■ EXERCISE REQUIREMENTS
Please start at the first line of the records beneath and quote each line exactly, ending with the line containing "#186=IFCINDEXEDPOLYGONALFACE((13,15,16,14));".
═══
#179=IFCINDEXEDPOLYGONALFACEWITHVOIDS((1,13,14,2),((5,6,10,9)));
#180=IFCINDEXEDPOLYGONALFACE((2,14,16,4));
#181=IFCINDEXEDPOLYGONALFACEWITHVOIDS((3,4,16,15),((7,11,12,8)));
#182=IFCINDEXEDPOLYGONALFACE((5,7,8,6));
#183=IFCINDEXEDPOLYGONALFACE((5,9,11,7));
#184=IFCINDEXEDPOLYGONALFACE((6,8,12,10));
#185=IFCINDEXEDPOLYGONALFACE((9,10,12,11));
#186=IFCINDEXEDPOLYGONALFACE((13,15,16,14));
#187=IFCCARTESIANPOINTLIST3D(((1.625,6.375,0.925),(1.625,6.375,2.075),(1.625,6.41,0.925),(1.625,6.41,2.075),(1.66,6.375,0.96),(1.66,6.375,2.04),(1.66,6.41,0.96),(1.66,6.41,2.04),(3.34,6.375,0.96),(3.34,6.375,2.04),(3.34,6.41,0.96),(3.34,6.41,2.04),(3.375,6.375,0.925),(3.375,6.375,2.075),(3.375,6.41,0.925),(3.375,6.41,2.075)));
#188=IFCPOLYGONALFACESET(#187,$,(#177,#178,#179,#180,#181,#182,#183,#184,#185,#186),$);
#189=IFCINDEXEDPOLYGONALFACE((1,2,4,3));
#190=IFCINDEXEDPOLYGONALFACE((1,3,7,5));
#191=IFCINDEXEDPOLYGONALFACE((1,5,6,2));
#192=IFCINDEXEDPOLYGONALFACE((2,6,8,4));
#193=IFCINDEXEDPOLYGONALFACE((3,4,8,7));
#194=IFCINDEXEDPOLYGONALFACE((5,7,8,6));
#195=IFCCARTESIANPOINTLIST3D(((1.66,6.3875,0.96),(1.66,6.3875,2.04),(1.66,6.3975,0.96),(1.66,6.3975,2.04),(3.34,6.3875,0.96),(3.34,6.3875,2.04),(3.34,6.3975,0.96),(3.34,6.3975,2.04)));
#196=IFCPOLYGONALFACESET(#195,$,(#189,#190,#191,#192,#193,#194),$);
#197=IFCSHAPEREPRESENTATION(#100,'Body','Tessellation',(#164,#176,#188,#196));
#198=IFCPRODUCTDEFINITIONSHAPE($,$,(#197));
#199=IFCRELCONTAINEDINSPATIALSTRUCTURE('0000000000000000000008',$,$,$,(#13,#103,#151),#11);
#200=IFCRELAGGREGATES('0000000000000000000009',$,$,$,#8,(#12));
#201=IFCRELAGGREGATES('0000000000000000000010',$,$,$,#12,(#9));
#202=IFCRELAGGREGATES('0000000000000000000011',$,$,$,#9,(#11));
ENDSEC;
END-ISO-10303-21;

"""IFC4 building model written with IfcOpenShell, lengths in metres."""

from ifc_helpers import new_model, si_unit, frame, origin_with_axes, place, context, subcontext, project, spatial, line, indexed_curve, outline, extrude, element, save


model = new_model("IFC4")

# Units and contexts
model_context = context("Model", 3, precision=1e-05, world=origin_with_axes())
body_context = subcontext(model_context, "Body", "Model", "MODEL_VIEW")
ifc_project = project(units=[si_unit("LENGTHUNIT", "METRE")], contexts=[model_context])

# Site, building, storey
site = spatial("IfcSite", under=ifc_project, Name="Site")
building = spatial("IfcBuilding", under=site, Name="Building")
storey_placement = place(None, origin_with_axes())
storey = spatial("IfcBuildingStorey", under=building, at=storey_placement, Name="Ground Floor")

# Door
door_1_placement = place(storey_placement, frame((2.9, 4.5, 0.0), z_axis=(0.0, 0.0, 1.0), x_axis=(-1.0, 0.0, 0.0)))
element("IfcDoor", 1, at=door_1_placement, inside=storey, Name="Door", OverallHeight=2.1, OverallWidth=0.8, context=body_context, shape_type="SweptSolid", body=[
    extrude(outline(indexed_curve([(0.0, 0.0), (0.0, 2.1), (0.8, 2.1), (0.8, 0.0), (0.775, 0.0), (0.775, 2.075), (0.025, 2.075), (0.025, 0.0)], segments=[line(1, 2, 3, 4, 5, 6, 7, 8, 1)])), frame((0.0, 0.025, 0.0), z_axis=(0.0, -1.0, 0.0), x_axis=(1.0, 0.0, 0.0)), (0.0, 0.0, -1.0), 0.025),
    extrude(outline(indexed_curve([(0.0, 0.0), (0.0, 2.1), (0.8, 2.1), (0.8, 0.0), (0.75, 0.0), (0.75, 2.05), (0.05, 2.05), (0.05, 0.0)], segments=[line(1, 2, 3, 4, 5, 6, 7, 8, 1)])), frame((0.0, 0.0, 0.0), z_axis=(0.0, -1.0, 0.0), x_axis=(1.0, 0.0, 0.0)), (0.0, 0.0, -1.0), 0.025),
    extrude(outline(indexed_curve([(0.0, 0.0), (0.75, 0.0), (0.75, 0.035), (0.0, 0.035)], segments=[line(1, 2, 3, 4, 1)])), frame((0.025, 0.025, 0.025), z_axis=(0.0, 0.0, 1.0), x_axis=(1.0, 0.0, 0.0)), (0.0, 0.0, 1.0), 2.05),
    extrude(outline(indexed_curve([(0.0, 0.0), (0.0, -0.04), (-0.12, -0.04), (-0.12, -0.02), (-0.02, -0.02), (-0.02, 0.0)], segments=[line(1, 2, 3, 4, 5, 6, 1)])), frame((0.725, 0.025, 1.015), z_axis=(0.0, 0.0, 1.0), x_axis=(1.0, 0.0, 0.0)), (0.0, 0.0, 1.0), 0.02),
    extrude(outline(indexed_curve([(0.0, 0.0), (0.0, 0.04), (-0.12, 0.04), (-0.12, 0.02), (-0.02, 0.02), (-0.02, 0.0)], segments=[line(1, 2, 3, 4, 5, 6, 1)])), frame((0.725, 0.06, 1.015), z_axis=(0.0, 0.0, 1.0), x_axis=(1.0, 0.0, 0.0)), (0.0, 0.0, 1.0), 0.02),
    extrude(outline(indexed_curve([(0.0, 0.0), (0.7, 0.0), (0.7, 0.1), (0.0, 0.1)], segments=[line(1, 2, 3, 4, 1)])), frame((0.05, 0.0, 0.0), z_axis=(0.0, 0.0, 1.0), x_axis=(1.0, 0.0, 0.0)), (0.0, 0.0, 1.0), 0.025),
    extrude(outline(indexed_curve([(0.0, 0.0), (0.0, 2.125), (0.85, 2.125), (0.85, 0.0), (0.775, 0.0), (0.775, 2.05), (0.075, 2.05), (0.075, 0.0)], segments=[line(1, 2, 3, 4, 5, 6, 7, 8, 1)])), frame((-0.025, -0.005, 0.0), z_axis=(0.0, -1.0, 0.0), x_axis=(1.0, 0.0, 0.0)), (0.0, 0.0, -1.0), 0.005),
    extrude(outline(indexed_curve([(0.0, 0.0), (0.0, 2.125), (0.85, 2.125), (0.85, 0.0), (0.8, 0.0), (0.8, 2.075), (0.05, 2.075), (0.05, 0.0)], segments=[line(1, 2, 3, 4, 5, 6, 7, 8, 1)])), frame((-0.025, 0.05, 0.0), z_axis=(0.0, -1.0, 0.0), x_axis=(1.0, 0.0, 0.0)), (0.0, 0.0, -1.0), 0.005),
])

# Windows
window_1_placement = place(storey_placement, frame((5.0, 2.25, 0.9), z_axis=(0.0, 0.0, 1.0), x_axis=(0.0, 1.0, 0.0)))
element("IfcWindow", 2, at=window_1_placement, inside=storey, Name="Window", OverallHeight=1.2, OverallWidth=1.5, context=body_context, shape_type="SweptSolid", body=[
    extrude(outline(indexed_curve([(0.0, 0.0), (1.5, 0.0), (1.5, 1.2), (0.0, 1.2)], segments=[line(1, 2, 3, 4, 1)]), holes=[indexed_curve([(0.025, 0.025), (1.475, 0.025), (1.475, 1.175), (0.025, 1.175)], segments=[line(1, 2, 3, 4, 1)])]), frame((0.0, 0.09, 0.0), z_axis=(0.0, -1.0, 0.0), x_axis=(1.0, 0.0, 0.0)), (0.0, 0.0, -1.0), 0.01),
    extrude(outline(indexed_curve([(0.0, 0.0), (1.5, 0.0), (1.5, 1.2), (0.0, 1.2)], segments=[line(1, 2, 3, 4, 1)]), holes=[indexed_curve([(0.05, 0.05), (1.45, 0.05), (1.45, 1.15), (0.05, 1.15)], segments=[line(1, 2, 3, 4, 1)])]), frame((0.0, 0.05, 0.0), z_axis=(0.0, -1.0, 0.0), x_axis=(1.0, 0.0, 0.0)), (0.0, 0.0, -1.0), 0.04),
═══
■ EXPECTED OUTPUT
#179=IFCINDEXEDPOLYGONALFACEWITHVOIDS((1,13,14,2),((5,6,10,9)));
#180=IFCINDEXEDPOLYGONALFACE((2,14,16,4));
#181=IFCINDEXEDPOLYGONALFACEWITHVOIDS((3,4,16,15),((7,11,12,8)));
#182=IFCINDEXEDPOLYGONALFACE((5,7,8,6));
#183=IFCINDEXEDPOLYGONALFACE((5,9,11,7));
#184=IFCINDEXEDPOLYGONALFACE((6,8,12,10));
#185=IFCINDEXEDPOLYGONALFACE((9,10,12,11));
#186=IFCINDEXEDPOLYGONALFACE((13,15,16,14));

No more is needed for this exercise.